(Saved data entries)
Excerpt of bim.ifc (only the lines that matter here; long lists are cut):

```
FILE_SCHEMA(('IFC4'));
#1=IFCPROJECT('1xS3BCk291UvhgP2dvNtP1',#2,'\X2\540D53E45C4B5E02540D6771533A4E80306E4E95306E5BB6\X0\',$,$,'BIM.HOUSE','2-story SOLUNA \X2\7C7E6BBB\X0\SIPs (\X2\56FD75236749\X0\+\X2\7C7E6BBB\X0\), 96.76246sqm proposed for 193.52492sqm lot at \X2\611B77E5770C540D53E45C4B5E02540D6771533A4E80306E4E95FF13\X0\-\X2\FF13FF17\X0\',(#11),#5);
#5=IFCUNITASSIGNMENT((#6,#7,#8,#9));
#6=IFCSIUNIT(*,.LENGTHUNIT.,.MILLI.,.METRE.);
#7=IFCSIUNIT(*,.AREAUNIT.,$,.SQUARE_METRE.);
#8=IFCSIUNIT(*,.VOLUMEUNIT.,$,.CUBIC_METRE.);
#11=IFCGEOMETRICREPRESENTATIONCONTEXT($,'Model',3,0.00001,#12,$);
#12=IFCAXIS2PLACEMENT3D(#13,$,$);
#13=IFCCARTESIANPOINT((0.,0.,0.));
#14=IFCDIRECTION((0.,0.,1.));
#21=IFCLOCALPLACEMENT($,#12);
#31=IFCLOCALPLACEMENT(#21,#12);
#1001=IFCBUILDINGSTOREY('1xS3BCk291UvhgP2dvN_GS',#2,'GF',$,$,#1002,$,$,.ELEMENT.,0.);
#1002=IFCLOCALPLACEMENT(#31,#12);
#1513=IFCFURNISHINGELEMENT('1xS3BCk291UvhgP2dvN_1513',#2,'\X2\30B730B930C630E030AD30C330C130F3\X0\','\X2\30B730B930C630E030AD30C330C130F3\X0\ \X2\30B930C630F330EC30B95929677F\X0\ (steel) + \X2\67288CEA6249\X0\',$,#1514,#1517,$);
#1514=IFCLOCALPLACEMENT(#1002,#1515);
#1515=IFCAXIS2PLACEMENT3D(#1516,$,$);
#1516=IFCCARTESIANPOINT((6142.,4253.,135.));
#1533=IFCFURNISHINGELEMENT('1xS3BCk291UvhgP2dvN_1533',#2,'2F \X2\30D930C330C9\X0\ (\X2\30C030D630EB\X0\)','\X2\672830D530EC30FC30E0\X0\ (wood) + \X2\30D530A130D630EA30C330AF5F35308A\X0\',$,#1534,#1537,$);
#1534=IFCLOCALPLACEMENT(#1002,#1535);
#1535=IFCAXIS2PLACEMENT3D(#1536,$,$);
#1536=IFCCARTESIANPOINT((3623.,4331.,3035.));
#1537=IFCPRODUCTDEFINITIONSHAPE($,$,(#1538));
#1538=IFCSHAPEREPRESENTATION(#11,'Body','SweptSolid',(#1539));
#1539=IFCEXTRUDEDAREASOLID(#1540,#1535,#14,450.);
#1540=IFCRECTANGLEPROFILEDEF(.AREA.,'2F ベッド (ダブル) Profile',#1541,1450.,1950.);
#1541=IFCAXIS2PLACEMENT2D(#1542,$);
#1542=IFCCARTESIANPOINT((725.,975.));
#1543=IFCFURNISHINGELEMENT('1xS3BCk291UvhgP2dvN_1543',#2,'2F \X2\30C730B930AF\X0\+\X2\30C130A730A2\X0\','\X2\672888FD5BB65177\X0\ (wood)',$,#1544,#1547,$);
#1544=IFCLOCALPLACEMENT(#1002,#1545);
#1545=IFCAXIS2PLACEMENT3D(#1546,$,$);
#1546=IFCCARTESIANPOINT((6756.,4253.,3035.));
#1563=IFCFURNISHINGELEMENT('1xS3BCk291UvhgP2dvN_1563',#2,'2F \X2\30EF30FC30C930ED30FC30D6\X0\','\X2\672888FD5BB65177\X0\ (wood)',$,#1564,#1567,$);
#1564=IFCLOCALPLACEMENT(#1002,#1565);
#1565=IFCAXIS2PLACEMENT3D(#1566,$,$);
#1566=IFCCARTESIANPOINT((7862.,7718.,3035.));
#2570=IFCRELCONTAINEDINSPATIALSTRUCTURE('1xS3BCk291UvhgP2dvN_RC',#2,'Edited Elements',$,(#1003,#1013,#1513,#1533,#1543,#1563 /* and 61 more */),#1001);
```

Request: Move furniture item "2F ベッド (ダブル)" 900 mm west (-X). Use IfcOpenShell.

```python
import ifcopenshell
import ifcopenshell.api.geometry
import ifcopenshell.util.placement

model = ifcopenshell.open("bim.ifc")

item = model.by_guid("1xS3BCk291UvhgP2dvN_1533")
matrix = ifcopenshell.util.placement.get_local_placement(item.ObjectPlacement)
matrix[0, 3] -= 900.0
ifcopenshell.api.geometry.edit_object_placement(model, product=item, matrix=matrix, is_si=False)

print(ifcopenshell.util.placement.get_local_placement(item.ObjectPlacement).round(3) + 0.0)

model.write("bim_rev.ifc")
```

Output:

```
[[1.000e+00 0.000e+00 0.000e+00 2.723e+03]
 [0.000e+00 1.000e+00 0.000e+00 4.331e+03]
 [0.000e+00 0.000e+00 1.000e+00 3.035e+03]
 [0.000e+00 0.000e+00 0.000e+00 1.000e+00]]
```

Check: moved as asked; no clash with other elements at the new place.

### Prompt
Repeat the lines above exactly.

### Answer area
Excerpt of bim.ifc (only the lines that matter here; long lists are cut):

```
FILE_SCHEMA(('IFC4'));
#1=IFCPROJECT('1xS3BCk291UvhgP2dvNtP1',#2,'\X2\540D53E45C4B5E02540D6771533A4E80306E4E95306E5BB6\X0\',$,$,'BIM.HOUSE','2-story SOLUNA \X2\7C7E6BBB\X0\SIPs (\X2\56FD75236749\X0\+\X2\7C7E6BBB\X0\), 96.76246sqm proposed for 193.52492sqm lot at \X2\611B77E5770C540D53E45C4B5E02540D6771533A4E80306E4E95FF13\X0\-\X2\FF13FF17\X0\',(#11),#5);
#5=IFCUNITASSIGNMENT((#6,#7,#8,#9));
#6=IFCSIUNIT(*,.LENGTHUNIT.,.MILLI.,.METRE.);
#7=IFCSIUNIT(*,.AREAUNIT.,$,.SQUARE_METRE.);
#8=IFCSIUNIT(*,.VOLUMEUNIT.,$,.CUBIC_METRE.);
#11=IFCGEOMETRICREPRESENTATIONCONTEXT($,'Model',3,0.00001,#12,$);
#12=IFCAXIS2PLACEMENT3D(#13,$,$);
#13=IFCCARTESIANPOINT((0.,0.,0.));
#14=IFCDIRECTION((0.,0.,1.));
#21=IFCLOCALPLACEMENT($,#12);
#31=IFCLOCALPLACEMENT(#21,#12);
#1001=IFCBUILDINGSTOREY('1xS3BCk291UvhgP2dvN_GS',#2,'GF',$,$,#1002,$,$,.ELEMENT.,0.);
#1002=IFCLOCALPLACEMENT(#31,#12);
#1513=IFCFURNISHINGELEMENT('1xS3BCk291UvhgP2dvN_1513',#2,'\X2\30B730B930C630E030AD30C330C130F3\X0\','\X2\30B730B930C630E030AD30C330C130F3\X0\ \X2\30B930C630F330EC30B95929677F\X0\ (steel) + \X2\67288CEA6249\X0\',$,#1514,#1517,$);
#1514=IFCLOCALPLACEMENT(#1002,#1515);
#1515=IFCAXIS2PLACEMENT3D(#1516,$,$);
#1516=IFCCARTESIANPOINT((6142.,4253.,135.));
#1533=IFCFURNISHINGELEMENT('1xS3BCk291UvhgP2dvN_1533',#2,'2F \X2\30D930C330C9\X0\ (\X2\30C030D630EB\X0\)','\X2\672830D530EC30FC30E0\X0\ (wood) + \X2\30D530A130D630EA30C330AF5F35308A\X0\',$,#1534,#1537,$);
#1534=IFCLOCALPLACEMENT(#1002,#1535);
#1535=IFCAXIS2PLACEMENT3D(#1536,$,$);
#1536=IFCCARTESIANPOINT((3623.,4331.,3035.));
#1537=IFCPRODUCTDEFINITIONSHAPE($,$,(#1538));
#1538=IFCSHAPEREPRESENTATION(#11,'Body','SweptSolid',(#1539));
#1539=IFCEXTRUDEDAREASOLID(#1540,#1535,#14,450.);
#1540=IFCRECTANGLEPROFILEDEF(.AREA.,'2F ベッド (ダブル) Profile',#1541,1450.,1950.);
#1541=IFCAXIS2PLACEMENT2D(#1542,$);
#1542=IFCCARTESIANPOINT((725.,975.));
#1543=IFCFURNISHINGELEMENT('1xS3BCk291UvhgP2dvN_1543',#2,'2F \X2\30C730B930AF\X0\+\X2\30C130A730A2\X0\','\X2\672888FD5BB65177\X0\ (wood)',$,#1544,#1547,$);
#1544=IFCLOCALPLACEMENT(#1002,#1545);
#1545=IFCAXIS2PLACEMENT3D(#1546,$,$);
#1546=IFCCARTESIANPOINT((6756.,4253.,3035.));
#1563=IFCFURNISHINGELEMENT('1xS3BCk291UvhgP2dvN_1563',#2,'2F \X2\30EF30FC30C930ED30FC30D6\X0\','\X2\672888FD5BB65177\X0\ (wood)',$,#1564,#1567,$);
#1564=IFCLOCALPLACEMENT(#1002,#1565);
#1565=IFCAXIS2PLACEMENT3D(#1566,$,$);
#1566=IFCCARTESIANPOINT((7862.,7718.,3035.));
#2570=IFCRELCONTAINEDINSPATIALSTRUCTURE('1xS3BCk291UvhgP2dvN_RC',#2,'Edited Elements',$,(#1003,#1013,#1513,#1533,#1543,#1563 /* and 61 more */),#1001);
```

Request: Move furniture item "2F ベッド (ダブル)" 900 mm west (-X). Use IfcOpenShell.

```python
import ifcopenshell
import ifcopenshell.api.geometry
import ifcopenshell.util.placement

model = ifcopenshell.open("bim.ifc")

item = model.by_guid("1xS3BCk291UvhgP2dvN_1533")
matrix = ifcopenshell.util.placement.get_local_placement(item.ObjectPlacement)
matrix[0, 3] -= 900.0
ifcopenshell.api.geometry.edit_object_placement(model, product=item, matrix=matrix, is_si=False)

print(ifcopenshell.util.placement.get_local_placement(item.ObjectPlacement).round(3) + 0.0)

model.write("bim_rev.ifc")
```

Output:

```
[[1.000e+00 0.000e+00 0.000e+00 2.723e+03]
 [0.000e+00 1.000e+00 0.000e+00 4.331e+03]
 [0.000e+00 0.000e+00 1.000e+00 3.035e+03]
 [0.000e+00 0.000e+00 0.000e+00 1.000e+00]]
```

Check: moved as asked; no clash with other elements at the new place.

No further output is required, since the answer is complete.